Some lines hold the string "Undefined". Copy all of them from the material that follows.

Content starts

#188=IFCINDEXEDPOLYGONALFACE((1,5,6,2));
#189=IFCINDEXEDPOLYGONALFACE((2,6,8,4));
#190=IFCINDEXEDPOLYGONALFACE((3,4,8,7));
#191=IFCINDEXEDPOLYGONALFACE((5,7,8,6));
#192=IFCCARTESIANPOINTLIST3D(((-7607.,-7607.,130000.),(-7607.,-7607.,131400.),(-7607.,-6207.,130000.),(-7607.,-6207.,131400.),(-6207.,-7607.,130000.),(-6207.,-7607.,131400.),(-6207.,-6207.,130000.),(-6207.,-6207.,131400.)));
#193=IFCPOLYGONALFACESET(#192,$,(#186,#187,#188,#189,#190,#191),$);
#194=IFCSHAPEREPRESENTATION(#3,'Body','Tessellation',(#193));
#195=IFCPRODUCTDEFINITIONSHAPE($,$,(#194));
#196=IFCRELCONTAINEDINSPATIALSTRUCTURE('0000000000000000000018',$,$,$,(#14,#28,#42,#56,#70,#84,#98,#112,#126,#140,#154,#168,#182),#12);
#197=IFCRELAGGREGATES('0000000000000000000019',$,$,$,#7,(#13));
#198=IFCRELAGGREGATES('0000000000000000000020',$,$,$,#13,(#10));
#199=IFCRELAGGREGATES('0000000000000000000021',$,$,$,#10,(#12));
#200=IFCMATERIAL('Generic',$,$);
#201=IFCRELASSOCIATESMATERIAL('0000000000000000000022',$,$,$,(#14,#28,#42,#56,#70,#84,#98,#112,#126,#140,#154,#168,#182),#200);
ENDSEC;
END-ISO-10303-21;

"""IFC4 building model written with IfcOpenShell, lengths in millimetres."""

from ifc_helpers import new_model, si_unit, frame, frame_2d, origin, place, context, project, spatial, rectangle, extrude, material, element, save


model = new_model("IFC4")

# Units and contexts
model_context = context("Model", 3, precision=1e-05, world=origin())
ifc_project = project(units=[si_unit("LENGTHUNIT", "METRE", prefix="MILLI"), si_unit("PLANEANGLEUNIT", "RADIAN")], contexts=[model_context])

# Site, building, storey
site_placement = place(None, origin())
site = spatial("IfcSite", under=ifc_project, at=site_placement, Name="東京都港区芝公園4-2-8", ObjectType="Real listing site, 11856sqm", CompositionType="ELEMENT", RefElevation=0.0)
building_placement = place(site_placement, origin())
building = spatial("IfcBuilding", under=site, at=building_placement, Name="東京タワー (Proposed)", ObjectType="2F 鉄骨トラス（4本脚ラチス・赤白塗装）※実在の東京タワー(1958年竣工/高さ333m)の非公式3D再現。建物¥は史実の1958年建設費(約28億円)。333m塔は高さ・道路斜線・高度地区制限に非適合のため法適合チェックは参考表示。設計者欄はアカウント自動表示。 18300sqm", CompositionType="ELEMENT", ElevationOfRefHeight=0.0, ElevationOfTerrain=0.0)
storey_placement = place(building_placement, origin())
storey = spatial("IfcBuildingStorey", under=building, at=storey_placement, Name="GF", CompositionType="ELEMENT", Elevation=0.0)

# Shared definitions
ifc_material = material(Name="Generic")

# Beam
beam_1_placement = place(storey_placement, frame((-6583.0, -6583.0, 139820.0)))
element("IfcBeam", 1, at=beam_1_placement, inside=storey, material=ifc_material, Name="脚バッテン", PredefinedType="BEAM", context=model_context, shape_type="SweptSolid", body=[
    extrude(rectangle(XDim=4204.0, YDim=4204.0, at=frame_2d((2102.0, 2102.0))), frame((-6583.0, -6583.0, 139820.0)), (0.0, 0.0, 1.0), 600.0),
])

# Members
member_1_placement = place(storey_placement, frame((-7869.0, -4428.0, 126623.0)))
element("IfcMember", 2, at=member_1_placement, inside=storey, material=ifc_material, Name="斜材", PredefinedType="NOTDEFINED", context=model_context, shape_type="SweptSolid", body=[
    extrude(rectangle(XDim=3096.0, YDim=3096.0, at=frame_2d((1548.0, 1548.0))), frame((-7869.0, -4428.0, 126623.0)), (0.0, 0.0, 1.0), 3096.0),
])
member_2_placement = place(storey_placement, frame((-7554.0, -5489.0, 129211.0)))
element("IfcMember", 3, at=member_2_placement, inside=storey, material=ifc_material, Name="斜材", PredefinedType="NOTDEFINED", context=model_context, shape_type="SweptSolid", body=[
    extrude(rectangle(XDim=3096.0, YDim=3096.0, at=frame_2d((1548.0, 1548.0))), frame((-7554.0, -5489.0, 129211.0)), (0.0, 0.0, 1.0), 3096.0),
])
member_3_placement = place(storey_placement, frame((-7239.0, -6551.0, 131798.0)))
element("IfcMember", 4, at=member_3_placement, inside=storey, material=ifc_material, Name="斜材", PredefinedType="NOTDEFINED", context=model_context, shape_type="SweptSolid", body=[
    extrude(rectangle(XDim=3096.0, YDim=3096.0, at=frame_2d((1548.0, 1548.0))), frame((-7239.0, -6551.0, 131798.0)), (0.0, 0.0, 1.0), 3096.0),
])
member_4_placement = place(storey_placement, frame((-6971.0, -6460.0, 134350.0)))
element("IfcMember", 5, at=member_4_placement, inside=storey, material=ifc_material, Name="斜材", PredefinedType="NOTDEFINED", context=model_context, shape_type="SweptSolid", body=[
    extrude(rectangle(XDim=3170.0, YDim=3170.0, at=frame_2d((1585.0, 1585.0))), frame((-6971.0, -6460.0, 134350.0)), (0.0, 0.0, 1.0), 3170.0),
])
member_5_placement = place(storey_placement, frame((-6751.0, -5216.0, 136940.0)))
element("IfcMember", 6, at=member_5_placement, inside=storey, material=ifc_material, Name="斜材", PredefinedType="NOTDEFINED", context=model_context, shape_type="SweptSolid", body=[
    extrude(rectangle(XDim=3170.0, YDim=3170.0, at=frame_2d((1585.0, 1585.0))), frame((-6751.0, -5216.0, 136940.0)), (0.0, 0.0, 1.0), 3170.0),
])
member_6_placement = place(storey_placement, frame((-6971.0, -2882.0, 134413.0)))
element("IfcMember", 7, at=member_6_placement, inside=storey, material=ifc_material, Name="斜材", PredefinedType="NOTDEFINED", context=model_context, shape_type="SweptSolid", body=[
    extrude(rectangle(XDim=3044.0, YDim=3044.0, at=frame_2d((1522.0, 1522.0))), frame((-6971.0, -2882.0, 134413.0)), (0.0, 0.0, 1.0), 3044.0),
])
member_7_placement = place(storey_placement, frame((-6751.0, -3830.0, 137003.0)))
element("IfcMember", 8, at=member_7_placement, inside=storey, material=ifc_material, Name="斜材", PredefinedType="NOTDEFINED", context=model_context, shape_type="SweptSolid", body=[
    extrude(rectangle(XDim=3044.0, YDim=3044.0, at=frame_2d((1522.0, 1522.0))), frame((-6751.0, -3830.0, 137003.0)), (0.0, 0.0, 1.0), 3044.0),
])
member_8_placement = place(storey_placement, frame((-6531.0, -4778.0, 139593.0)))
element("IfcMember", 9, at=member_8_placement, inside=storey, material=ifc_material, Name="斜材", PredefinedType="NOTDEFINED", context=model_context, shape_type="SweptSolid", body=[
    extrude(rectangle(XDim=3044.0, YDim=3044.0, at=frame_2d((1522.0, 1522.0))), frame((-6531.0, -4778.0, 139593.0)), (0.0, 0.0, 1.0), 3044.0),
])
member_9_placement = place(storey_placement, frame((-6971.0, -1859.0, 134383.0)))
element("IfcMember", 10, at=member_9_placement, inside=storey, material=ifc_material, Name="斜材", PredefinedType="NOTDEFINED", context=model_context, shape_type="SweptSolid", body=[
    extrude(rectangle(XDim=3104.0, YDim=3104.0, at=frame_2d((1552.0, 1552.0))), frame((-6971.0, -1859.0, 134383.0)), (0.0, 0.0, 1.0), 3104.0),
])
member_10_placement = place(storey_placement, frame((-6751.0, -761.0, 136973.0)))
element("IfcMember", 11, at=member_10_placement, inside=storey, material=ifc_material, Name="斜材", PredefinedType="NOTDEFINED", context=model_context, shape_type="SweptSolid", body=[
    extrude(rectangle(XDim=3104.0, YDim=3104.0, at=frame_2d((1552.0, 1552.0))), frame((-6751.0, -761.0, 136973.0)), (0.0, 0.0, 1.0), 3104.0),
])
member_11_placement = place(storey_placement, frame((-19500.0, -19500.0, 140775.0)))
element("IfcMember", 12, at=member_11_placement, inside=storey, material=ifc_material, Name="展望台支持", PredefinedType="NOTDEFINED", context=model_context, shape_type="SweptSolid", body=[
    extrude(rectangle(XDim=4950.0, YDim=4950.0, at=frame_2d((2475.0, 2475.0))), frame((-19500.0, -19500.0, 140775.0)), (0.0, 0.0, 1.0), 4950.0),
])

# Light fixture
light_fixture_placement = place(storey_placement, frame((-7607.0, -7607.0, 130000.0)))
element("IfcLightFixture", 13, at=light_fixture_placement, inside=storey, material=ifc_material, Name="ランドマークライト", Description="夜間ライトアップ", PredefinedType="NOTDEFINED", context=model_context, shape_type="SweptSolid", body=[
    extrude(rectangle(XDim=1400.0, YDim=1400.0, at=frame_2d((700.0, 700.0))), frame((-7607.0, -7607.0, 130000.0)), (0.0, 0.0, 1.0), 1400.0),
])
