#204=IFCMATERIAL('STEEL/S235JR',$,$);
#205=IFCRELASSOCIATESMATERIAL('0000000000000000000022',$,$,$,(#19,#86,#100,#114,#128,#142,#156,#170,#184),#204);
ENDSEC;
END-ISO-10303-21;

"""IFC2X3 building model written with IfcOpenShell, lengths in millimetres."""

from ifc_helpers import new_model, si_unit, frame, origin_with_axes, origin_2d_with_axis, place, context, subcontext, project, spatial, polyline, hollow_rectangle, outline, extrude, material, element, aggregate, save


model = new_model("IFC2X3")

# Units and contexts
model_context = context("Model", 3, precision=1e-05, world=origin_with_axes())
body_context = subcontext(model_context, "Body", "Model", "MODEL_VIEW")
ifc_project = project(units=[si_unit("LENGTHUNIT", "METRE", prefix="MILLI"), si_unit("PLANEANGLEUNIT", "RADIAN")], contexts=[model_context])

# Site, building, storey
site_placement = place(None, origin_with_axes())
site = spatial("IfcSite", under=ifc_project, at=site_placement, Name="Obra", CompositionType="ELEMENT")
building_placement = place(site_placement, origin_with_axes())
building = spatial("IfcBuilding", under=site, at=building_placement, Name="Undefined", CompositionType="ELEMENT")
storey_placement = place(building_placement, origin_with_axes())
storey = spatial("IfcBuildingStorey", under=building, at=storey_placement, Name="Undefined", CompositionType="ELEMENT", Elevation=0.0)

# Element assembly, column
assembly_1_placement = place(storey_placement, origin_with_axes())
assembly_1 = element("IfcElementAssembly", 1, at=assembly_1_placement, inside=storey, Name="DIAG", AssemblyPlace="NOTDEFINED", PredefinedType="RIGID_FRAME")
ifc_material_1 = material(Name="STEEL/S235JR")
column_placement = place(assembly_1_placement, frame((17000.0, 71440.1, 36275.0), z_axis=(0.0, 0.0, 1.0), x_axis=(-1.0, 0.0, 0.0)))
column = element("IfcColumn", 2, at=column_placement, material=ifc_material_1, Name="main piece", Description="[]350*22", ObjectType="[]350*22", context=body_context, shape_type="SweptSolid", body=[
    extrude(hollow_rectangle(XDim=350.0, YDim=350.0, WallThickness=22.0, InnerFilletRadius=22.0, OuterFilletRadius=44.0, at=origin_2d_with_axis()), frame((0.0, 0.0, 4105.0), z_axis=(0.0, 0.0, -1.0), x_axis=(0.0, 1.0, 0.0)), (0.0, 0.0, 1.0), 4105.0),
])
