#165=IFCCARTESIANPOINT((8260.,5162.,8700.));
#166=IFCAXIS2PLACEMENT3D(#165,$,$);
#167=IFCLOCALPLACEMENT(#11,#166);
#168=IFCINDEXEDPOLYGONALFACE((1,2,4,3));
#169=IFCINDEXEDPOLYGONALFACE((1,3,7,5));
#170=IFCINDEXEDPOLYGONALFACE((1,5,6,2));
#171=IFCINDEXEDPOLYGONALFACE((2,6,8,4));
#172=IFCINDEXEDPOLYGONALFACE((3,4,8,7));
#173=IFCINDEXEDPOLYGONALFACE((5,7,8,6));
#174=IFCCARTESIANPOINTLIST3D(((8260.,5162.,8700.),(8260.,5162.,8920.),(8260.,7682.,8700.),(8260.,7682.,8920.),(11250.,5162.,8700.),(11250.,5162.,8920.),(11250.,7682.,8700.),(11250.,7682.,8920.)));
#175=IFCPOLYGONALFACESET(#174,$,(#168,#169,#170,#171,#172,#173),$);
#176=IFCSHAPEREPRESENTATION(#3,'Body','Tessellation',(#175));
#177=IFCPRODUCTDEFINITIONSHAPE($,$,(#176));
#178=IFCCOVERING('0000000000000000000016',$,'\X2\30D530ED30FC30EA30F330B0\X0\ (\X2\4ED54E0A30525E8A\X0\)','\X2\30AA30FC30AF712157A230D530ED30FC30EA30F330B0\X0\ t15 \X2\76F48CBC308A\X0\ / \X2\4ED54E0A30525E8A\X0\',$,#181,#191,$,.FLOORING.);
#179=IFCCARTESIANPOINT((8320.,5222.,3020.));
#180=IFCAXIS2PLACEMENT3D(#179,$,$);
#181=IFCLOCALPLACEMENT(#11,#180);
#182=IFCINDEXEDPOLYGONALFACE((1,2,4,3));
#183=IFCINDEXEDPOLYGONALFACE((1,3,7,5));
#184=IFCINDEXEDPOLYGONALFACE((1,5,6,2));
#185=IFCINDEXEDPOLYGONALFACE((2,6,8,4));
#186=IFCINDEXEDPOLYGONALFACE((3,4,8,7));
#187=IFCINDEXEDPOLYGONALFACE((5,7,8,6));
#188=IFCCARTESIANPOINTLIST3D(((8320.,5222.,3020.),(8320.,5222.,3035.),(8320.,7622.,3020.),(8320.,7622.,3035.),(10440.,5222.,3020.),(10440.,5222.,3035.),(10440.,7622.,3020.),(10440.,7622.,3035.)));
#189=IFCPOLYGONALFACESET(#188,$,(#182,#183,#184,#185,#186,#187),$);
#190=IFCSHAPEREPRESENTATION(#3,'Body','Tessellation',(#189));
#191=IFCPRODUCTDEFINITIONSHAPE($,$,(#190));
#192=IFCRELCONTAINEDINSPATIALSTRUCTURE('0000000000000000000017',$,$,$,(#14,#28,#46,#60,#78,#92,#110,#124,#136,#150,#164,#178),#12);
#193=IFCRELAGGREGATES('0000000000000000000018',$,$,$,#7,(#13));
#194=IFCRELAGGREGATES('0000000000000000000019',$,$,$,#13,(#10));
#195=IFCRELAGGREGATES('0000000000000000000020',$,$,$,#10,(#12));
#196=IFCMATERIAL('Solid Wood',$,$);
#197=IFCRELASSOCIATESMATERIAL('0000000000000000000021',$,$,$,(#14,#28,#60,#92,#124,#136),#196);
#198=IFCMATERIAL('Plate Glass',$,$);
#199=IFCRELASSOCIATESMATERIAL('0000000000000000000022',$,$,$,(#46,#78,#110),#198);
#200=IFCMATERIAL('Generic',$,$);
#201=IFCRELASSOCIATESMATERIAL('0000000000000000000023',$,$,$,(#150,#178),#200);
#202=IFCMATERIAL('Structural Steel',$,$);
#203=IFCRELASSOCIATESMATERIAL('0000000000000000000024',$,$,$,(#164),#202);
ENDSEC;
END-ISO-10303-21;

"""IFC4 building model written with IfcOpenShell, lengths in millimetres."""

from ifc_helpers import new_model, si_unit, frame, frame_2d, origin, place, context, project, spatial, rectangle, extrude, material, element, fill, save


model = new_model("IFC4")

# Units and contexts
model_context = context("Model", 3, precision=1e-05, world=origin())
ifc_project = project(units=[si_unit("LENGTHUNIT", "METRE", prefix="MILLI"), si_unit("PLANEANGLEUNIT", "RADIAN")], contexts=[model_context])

Content ends

## Exercise output
building = spatial("IfcBuilding", under=site, at=building_placement, Name="Undefined", CompositionType="ELEMENT")
storey = spatial("IfcBuildingStorey", under=building, at=storey_placement, Name="Undefined", CompositionType="ELEMENT", Elevation=0.0)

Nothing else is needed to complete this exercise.